Notes
Librarians as Links? Librarians as Link Generators
In the introduction of the UW Libraries Librarian Personnel Code, there is a line about librarians that has stuck with me:
Librarians serve as the link between the University’s instructional and research programs and the University Libraries’ resources by providing reference and information services, offering user education and information management training, and assisting with the establishment and use of automated information resources. (2017, p. 4)
First, I think it was the structure of that sentence that caught my attention. I noticed how its first two words (“Librarians serve”) are the main subject and verb of the clause, while everything else–prepositional phrases loaded with nouns, adjectives, gerunds, and compound structures–modifies the verb “serve.” Everything else answers the question “How do librarians serve?”
Here is my attempt at diagramming that sentence:
My diagram illustrates that librarians are expected to do a lot of complex, compound, nestled, and accumulative serving in the University of Washington Libraries, and in this documentation, in the following sections, I believe I make the case that I now do this serving at the Associate Librarian level.
Second, in the quote from the Librarian Personnel Code above, the word “link” made me pause. For a moment, I remember thinking, “Yes, I’ve been a good, strong link these past five years, especially through the COVID pandemic” or “Hmm. I don’t think anyone could say I’m a weak link…”

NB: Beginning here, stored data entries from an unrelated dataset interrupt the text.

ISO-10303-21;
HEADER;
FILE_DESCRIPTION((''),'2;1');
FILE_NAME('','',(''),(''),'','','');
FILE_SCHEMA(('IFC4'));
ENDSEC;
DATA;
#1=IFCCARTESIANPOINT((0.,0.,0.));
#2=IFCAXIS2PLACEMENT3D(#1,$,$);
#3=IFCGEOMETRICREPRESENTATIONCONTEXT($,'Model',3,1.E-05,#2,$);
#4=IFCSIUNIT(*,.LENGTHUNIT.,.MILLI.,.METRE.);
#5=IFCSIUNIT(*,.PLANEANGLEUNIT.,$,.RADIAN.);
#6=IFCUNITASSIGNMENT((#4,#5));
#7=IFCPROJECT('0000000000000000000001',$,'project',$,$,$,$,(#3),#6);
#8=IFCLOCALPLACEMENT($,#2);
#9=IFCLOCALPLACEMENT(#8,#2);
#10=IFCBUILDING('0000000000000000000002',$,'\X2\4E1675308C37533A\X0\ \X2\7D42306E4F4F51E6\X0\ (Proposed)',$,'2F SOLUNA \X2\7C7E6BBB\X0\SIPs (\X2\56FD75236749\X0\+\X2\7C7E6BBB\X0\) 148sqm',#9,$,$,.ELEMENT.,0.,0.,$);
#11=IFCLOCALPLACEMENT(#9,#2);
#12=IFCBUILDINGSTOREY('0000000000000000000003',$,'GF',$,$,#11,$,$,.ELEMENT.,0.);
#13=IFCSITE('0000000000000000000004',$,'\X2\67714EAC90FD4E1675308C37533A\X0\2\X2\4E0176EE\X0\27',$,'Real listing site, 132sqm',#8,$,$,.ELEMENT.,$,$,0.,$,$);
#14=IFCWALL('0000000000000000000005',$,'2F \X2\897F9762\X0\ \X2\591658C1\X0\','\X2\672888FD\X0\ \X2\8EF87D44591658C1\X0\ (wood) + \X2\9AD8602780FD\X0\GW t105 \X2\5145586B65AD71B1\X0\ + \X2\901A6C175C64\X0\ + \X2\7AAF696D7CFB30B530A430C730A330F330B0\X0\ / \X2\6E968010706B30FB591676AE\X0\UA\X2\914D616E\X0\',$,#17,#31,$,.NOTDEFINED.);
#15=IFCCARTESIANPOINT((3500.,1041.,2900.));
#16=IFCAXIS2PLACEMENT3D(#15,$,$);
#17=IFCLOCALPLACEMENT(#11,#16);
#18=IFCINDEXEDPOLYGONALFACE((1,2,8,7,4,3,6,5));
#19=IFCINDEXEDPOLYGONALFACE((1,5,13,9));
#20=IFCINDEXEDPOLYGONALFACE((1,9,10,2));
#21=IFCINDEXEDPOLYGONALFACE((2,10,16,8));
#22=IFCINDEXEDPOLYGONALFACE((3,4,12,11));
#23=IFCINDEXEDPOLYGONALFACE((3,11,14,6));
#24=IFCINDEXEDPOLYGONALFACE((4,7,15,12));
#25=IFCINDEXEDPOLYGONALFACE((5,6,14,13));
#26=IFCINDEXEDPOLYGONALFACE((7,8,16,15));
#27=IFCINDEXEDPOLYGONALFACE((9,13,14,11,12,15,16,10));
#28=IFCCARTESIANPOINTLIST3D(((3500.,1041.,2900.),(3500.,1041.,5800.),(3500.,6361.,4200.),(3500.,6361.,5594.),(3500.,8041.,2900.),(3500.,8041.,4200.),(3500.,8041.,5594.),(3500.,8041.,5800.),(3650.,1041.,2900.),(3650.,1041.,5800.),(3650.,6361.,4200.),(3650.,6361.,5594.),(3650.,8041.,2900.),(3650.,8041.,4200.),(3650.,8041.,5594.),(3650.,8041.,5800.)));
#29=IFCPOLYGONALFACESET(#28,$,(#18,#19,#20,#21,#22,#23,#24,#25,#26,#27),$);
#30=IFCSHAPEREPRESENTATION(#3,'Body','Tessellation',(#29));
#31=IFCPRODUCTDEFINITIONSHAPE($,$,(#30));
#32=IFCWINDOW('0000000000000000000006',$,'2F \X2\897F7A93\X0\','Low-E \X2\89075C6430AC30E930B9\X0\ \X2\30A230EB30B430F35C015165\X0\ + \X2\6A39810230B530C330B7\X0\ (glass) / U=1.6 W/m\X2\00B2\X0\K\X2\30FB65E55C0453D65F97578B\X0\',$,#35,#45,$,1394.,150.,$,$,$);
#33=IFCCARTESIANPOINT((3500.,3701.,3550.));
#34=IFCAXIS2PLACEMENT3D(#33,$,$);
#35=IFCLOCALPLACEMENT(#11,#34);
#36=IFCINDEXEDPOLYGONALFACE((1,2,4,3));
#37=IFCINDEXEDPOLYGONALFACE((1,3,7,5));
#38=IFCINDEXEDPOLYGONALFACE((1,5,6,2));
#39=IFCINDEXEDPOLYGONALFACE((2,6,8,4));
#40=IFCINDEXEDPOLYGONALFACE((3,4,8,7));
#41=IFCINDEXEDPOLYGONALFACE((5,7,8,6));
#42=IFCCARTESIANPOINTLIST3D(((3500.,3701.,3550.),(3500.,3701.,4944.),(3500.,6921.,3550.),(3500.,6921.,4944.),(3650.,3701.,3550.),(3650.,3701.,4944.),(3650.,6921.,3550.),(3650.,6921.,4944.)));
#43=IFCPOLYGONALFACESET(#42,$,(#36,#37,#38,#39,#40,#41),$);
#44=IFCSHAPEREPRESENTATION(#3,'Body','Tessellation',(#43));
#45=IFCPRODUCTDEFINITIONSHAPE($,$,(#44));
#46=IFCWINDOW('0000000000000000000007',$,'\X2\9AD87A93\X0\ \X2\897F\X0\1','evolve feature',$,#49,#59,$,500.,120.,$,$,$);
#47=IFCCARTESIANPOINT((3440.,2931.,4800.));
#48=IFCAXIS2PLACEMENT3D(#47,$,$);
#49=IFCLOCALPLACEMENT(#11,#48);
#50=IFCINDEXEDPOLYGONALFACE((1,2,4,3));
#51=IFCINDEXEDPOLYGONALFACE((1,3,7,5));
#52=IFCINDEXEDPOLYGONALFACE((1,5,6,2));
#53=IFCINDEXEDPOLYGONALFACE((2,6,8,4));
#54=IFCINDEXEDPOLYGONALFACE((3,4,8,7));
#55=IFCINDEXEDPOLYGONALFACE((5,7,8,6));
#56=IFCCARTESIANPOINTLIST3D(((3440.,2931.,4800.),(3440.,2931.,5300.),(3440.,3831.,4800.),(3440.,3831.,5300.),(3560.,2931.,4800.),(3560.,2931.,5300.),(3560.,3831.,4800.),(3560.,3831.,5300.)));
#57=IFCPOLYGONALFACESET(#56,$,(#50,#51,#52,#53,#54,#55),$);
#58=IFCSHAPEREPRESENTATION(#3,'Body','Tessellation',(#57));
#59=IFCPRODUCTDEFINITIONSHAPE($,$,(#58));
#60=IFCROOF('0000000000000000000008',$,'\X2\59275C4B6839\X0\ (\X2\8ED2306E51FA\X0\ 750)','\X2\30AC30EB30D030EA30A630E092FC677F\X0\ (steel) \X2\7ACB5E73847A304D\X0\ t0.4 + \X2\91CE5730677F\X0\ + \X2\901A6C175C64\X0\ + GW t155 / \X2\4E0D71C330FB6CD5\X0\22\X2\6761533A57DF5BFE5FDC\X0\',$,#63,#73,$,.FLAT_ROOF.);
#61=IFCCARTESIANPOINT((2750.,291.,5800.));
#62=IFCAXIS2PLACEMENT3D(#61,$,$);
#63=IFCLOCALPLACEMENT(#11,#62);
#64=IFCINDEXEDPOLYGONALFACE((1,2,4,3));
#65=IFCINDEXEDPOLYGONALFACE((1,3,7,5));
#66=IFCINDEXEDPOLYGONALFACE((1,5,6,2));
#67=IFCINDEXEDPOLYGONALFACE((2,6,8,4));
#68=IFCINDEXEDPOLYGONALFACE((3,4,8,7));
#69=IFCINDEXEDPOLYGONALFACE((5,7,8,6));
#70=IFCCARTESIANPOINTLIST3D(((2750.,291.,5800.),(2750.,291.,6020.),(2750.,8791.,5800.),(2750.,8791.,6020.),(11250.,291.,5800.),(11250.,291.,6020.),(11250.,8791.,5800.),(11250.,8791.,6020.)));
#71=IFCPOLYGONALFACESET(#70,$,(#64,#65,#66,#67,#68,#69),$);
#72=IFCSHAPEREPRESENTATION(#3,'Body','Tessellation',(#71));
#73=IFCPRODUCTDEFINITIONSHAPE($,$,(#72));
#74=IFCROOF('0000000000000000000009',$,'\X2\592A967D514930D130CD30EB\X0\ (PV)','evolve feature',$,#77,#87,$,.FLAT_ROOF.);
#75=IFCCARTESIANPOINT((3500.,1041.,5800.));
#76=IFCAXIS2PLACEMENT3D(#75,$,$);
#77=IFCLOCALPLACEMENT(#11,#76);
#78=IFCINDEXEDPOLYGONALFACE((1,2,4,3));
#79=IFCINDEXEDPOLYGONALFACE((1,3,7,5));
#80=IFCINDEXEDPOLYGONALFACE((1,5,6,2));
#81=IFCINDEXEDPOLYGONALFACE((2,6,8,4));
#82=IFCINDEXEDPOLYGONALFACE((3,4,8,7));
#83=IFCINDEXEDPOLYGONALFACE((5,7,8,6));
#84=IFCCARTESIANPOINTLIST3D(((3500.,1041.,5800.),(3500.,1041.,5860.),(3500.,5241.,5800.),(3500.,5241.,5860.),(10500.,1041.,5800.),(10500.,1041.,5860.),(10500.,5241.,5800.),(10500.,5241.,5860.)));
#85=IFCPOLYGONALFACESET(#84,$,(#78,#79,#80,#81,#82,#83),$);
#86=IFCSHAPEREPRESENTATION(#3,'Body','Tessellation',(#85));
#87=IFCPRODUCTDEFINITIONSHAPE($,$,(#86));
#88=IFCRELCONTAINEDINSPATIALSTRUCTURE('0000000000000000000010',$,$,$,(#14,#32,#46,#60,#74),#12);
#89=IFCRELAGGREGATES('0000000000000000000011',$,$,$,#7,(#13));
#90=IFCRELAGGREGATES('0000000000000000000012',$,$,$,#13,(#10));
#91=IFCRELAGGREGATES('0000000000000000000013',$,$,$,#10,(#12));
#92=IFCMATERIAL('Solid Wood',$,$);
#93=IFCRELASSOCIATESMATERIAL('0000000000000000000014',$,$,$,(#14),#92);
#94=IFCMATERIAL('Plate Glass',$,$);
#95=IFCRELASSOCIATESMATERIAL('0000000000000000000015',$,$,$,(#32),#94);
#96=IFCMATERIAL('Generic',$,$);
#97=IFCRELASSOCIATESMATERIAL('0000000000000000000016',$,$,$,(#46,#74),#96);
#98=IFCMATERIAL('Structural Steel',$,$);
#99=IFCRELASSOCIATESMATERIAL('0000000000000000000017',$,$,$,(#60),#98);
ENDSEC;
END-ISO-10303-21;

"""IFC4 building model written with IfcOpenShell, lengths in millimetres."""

from ifc_helpers import new_model, si_unit, frame, frame_2d, origin, place, context, project, spatial, rectangle, extrude, material, element, fill, save


model = new_model("IFC4")

# Units and contexts
model_context = context("Model", 3, precision=1e-05, world=origin())
ifc_project = project(units=[si_unit("LENGTHUNIT", "METRE", prefix="MILLI"), si_unit("PLANEANGLEUNIT", "RADIAN")], contexts=[model_context])

# Site, building, storey
site_placement = place(None, origin())
site = spatial("IfcSite", under=ifc_project, at=site_placement, Name="東京都世田谷区2丁目27", ObjectType="Real listing site, 132sqm", CompositionType="ELEMENT", RefElevation=0.0)
building_placement = place(site_placement, origin())
building = spatial("IfcBuilding", under=site, at=building_placement, Name="世田谷区 終の住処 (Proposed)", ObjectType="2F SOLUNA 籾殻SIPs (国産杉+籾殻) 148sqm", CompositionType="ELEMENT", ElevationOfRefHeight=0.0, ElevationOfTerrain=0.0)
storey_placement = place(building_placement, origin())
storey = spatial("IfcBuildingStorey", under=building, at=storey_placement, Name="GF", CompositionType="ELEMENT", Elevation=0.0)

# Shared definitions
ifc_material_1 = material(Name="Solid Wood")
ifc_material_2 = material(Name="Generic")

# Shared definitions
ifc_material_3 = material(Name="Plate Glass")

# Wall, openings, windows
wall_1_placement = place(storey_placement, frame((3500.0, 1041.0, 2900.0)))
wall_1 = element("IfcWall", 1, at=wall_1_placement, inside=storey, material=ifc_material_1, Name="2F 西面 外壁", Description="木製 軸組外壁 (wood) + 高性能GW t105 充填断熱 + 通気層 + 窯業系サイディング / 準耐火・外皮UA配慮", PredefinedType="NOTDEFINED", context=model_context, shape_type="SweptSolid", body=[
    extrude(rectangle(XDim=150.0, YDim=7000.0, at=frame_2d((75.0, 3500.0))), frame((3500.0, 1041.0, 2900.0)), (0.0, 0.0, 1.0), 2900.0),
])
opening_1_placement = place(storey_placement, frame((3500.0, 3701.0, 3550.0)))
opening_1 = element("IfcOpeningElement", 2, at=opening_1_placement, cuts=wall_1, PredefinedType="NOTDEFINED", context=model_context, shape_type="SweptSolid", body=[
    extrude(rectangle(XDim=150.0, YDim=3220.0, at=frame_2d((75.0, 1610.0))), frame((3500.0, 3701.0, 3550.0)), (0.0, 0.0, 1.0), 1394.0),
])
opening_2_placement = place(storey_placement, frame((3440.0, 2931.0, 4800.0)))
opening_2 = element("IfcOpeningElement", 3, at=opening_2_placement, cuts=wall_1, PredefinedType="NOTDEFINED", context=model_context, shape_type="SweptSolid", body=[
    extrude(rectangle(XDim=120.0, YDim=900.0, at=frame_2d((60.0, 450.0))), frame((3440.0, 2931.0, 4800.0)), (0.0, 0.0, 1.0), 500.0),
])
window_1_placement = place(storey_placement, frame((3500.0, 3701.0, 3550.0)))
window_1 = element("IfcWindow", 4, at=window_1_placement, inside=storey, material=ifc_material_3, Name="2F 西窓", Description="Low-E 複層ガラス アルゴン封入 + 樹脂サッシ (glass) / U=1.6 W/m²K・日射取得型", OverallHeight=1394.0, OverallWidth=150.0, context=model_context, shape_type="SweptSolid", body=[
    extrude(rectangle(XDim=150.0, YDim=3220.0, at=frame_2d((75.0, 1610.0))), frame((3500.0, 3701.0, 3550.0)), (0.0, 0.0, 1.0), 1394.0),
])
fill(opening_1, window_1)
window_2_placement = place(storey_placement, frame((3440.0, 2931.0, 4800.0)))
window_2 = element("IfcWindow", 5, at=window_2_placement, inside=storey, material=ifc_material_2, Name="高窓 西1", Description="evolve feature", OverallHeight=500.0, OverallWidth=120.0, context=model_context, shape_type="SweptSolid", body=[
    extrude(rectangle(XDim=120.0, YDim=900.0, at=frame_2d((60.0, 450.0))), frame((3440.0, 2931.0, 4800.0)), (0.0, 0.0, 1.0), 500.0),
])
fill(opening_2, window_2)

# Roofs
ifc_material_4 = material(Name="Structural Steel")
roof_1_placement = place(storey_placement, frame((2750.0, 291.0, 5800.0)))
element("IfcRoof", 6, at=roof_1_placement, inside=storey, material=ifc_material_4, Name="大屋根 (軒の出 750)", Description="ガルバリウム鋼板 (steel) 立平葺き t0.4 + 野地板 + 通気層 + GW t155 / 不燃・法22条区域対応", PredefinedType="FLAT_ROOF", context=model_context, shape_type="SweptSolid", body=[
    extrude(rectangle(XDim=8500.0, YDim=8500.0, at=frame_2d((4250.0, 4250.0))), frame((2750.0, 291.0, 5800.0)), (0.0, 0.0, 1.0), 220.0),
])
roof_2_placement = place(storey_placement, frame((3500.0, 1041.0, 5800.0)))
element("IfcRoof", 7, at=roof_2_placement, inside=storey, material=ifc_material_2, Name="太陽光パネル (PV)", Description="evolve feature", PredefinedType="FLAT_ROOF", context=model_context, shape_type="SweptSolid", body=[
    extrude(rectangle(XDim=7000.0, YDim=4200.0, at=frame_2d((3500.0, 2100.0))), frame((3500.0, 1041.0, 5800.0)), (0.0, 0.0, 1.0), 60.0),
])

save(model, "model.ifc")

But then all that thinking about links made me remember things Buckminster Fuller had written about in his book Operating Manual for Spaceship Earth. Fuller (2008) writes this:
The tensile strength of chrome-nickel steel, which is approximately 350,000 pounds per square inch, is 100,000 P.S.I. greater than the sum of the tensile strengths of each of all its alloyed together, component, metallic elements. Here is a “chain” that is 50 percent stronger than the sum of the strengths of all its links. We think popularly only in the terms of a chain being no stronger than its weakest link, which concept fails to consider, for instance, the case of an endlessly interlinked chain of atomically self-renewing links of omni-equal strength or of an omni-directionally interlinked chain matrix of ever renewed atomic links in which one broken link would be, only momentarily, a local cavern within the whole mass having no weakening effect on the whole, for every link within the matrix is a high frequency, recurring, break-and-make restructuring of the system. (p. 78) [Emphases mine.]
I will definitely not diagram any of the sentences–especially the last one–in that quotation!
I do, though, want to focus on the lines I’ve emphasized. In the first one, Fuller references the old metaphor about links–that you’re only as strong as your weakest one–and he not only points out that that concept is a cliche but also asserts that it’s a failure of imagination and even in comprehending reality. In fact, there are systems, there are chains, that share connections in such a way in which strength is distributed through links and not concentrated in any one connection.
So while I wouldn’t completely disagree with the Librarian Personnel Code, which tells me that librarians serve as links, I’d want to add that my much more important work–and the true work of an Associate Librarian–is being a generator of links, links that end up with a strength far greater than the sum of its parts.
Yes, as an English Studies Librarian, I have been a link between the Department of English and the UW Libraries, but through helping faculty and students with their research, assisting in organizing half-day conferences, and teaching and supporting digital scholarship, I have generated so many more links between people and audiences and communities and resources and projects.
As a Research Commons Librarian who trains and supervises undergraduate student workers, I have assiduously served as a link that connects a busy service point to library users, but I have also produced countless more links by way of the creative written-reflection program I’ve devised for these workers. Through written reflection, the students describe how they relate to their work in the UW Libraries, and I, by reading these reflections, discover new ways to understand and work with them.
The UW Libraries High School Internship, which is a program I run from the base of the Research Commons, is another way in which I’m not just a link but a generator of links. In this program, high-school students who are going to be first-generation college students learn about and experience college life and college libraries. They make memorable, lifelong links as they go through the internship, and if they choose to attend the UW–and if they want to work in the Libraries–then I interview them and hire them to work in the Research Commons. Right now, of the seven undergraduate student workers I supervise, five of them are graduates of the UW Libraries High School Internship, and every day, working with them, I see that they are link generators, too. They are the ones who, on the first day of the fall quarter, brand new students notice and seek out for help. They are the ones who make new UW community members go from thinking “That’s the library” to “That’s my library.”
Going back to that second emphasized line in the Buckminster Fuller quote above, I believe that I, as a link generator, have brought about a system that is not defined by strong links or weak links. Instead, there are so many myriad, matrix-ed connections that some of them might even fall away and disintegrate, but, in the end, the overall structure is just as strong and just as regenerative. In any system, like a library system, I suppose you need links, but engines of links are far more important to keep and promote.
References
Fuller, B. (2008). Operating manual for spaceship earth. Lars Muller.